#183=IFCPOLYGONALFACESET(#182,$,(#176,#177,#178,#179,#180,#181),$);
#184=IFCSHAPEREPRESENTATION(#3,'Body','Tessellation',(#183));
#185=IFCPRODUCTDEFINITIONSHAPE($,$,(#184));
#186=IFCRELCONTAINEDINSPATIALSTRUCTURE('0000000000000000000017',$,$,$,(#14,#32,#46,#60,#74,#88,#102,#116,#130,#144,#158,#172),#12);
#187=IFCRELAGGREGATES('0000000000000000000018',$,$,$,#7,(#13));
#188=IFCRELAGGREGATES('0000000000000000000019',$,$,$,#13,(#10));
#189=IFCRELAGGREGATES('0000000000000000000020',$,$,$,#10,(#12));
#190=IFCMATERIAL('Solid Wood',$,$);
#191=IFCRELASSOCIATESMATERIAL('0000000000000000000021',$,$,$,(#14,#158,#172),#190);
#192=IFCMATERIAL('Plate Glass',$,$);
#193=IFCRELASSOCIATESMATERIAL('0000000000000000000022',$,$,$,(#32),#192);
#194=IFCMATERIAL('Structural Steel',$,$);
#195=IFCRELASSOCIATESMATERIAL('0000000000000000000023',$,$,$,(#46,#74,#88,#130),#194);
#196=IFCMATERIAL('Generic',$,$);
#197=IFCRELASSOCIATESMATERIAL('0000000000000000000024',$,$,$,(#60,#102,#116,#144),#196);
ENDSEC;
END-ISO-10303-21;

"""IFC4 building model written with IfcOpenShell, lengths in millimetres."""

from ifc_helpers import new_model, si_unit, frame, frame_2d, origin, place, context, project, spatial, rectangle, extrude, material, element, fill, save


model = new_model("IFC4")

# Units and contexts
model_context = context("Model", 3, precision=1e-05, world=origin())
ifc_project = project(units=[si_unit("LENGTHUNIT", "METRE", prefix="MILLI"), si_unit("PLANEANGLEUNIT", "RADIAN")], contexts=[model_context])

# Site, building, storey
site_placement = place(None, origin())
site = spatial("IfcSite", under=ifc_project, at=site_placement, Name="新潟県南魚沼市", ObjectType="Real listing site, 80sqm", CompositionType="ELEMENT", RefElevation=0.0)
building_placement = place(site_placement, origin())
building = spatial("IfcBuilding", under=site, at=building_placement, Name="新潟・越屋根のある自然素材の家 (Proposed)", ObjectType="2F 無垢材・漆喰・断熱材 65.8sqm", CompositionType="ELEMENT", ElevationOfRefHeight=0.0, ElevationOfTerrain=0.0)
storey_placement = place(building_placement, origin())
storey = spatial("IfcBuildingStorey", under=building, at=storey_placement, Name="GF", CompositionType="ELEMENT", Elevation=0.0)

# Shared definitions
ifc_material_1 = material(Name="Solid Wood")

==

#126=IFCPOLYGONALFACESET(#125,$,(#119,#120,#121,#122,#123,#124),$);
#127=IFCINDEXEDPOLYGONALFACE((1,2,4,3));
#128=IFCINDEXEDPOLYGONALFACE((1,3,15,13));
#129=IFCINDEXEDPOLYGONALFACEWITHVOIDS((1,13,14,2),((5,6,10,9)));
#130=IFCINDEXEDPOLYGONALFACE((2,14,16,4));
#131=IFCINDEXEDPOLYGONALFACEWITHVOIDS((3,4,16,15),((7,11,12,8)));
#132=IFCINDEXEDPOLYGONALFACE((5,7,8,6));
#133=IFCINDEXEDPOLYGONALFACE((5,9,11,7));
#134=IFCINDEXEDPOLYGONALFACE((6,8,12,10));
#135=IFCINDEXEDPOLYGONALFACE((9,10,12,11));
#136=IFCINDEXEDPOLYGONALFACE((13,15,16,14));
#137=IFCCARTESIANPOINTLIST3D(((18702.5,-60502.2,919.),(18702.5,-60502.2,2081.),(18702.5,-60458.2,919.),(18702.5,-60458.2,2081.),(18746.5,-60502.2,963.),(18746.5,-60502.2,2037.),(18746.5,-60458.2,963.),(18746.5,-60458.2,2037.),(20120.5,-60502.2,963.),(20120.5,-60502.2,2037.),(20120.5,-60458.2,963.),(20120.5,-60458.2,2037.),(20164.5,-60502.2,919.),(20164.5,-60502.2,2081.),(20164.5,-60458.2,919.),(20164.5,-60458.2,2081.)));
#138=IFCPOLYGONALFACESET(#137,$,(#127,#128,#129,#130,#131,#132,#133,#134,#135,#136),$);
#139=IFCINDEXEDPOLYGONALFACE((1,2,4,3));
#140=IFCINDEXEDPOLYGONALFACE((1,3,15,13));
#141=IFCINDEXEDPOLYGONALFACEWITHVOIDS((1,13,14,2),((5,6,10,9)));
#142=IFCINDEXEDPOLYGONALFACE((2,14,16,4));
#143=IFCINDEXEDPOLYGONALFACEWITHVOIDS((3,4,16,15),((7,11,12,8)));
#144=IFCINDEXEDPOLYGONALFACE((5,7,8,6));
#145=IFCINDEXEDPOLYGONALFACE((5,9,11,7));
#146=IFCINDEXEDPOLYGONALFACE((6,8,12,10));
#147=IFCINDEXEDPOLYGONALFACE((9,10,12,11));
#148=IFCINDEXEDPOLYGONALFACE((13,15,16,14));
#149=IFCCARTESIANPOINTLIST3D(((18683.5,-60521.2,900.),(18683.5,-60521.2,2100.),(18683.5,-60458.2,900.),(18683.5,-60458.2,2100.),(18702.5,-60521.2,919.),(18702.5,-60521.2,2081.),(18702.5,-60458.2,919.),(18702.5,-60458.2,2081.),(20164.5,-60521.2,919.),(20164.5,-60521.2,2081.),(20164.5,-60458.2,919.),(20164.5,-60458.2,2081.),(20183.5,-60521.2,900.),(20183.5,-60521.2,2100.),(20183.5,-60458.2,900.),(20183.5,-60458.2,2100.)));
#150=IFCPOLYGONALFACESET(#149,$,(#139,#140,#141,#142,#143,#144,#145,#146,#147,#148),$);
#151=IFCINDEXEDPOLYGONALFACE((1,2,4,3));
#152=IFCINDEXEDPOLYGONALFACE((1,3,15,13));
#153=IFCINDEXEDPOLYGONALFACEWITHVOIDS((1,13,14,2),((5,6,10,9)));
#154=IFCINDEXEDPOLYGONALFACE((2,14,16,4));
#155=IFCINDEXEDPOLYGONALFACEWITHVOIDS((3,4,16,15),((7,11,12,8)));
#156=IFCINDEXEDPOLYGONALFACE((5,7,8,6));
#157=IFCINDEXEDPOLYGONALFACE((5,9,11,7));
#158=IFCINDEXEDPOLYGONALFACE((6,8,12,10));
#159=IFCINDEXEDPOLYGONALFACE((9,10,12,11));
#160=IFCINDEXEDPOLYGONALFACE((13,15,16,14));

**To do**
Lines wanted from the listing above: the line with "#188=IFCRELAGGREGATES('0000000000000000000019',$,$,$,#13,(#10));" up to and including the line with "building_placement = place(site_placement, origin())". Please write them out exactly, adding nothing else.

**Task solution**
#188=IFCRELAGGREGATES('0000000000000000000019',$,$,$,#13,(#10));
#189=IFCRELAGGREGATES('0000000000000000000020',$,$,$,#10,(#12));
#190=IFCMATERIAL('Solid Wood',$,$);
#191=IFCRELASSOCIATESMATERIAL('0000000000000000000021',$,$,$,(#14,#158,#172),#190);
#192=IFCMATERIAL('Plate Glass',$,$);
#193=IFCRELASSOCIATESMATERIAL('0000000000000000000022',$,$,$,(#32),#192);
#194=IFCMATERIAL('Structural Steel',$,$);
#195=IFCRELASSOCIATESMATERIAL('0000000000000000000023',$,$,$,(#46,#74,#88,#130),#194);
#196=IFCMATERIAL('Generic',$,$);
#197=IFCRELASSOCIATESMATERIAL('0000000000000000000024',$,$,$,(#60,#102,#116,#144),#196);
ENDSEC;
END-ISO-10303-21;

"""IFC4 building model written with IfcOpenShell, lengths in millimetres."""

from ifc_helpers import new_model, si_unit, frame, frame_2d, origin, place, context, project, spatial, rectangle, extrude, material, element, fill, save


model = new_model("IFC4")

# Units and contexts
model_context = context("Model", 3, precision=1e-05, world=origin())
ifc_project = project(units=[si_unit("LENGTHUNIT", "METRE", prefix="MILLI"), si_unit("PLANEANGLEUNIT", "RADIAN")], contexts=[model_context])

# Site, building, storey
site_placement = place(None, origin())
site = spatial("IfcSite", under=ifc_project, at=site_placement, Name="新潟県南魚沼市", ObjectType="Real listing site, 80sqm", CompositionType="ELEMENT", RefElevation=0.0)
building_placement = place(site_placement, origin())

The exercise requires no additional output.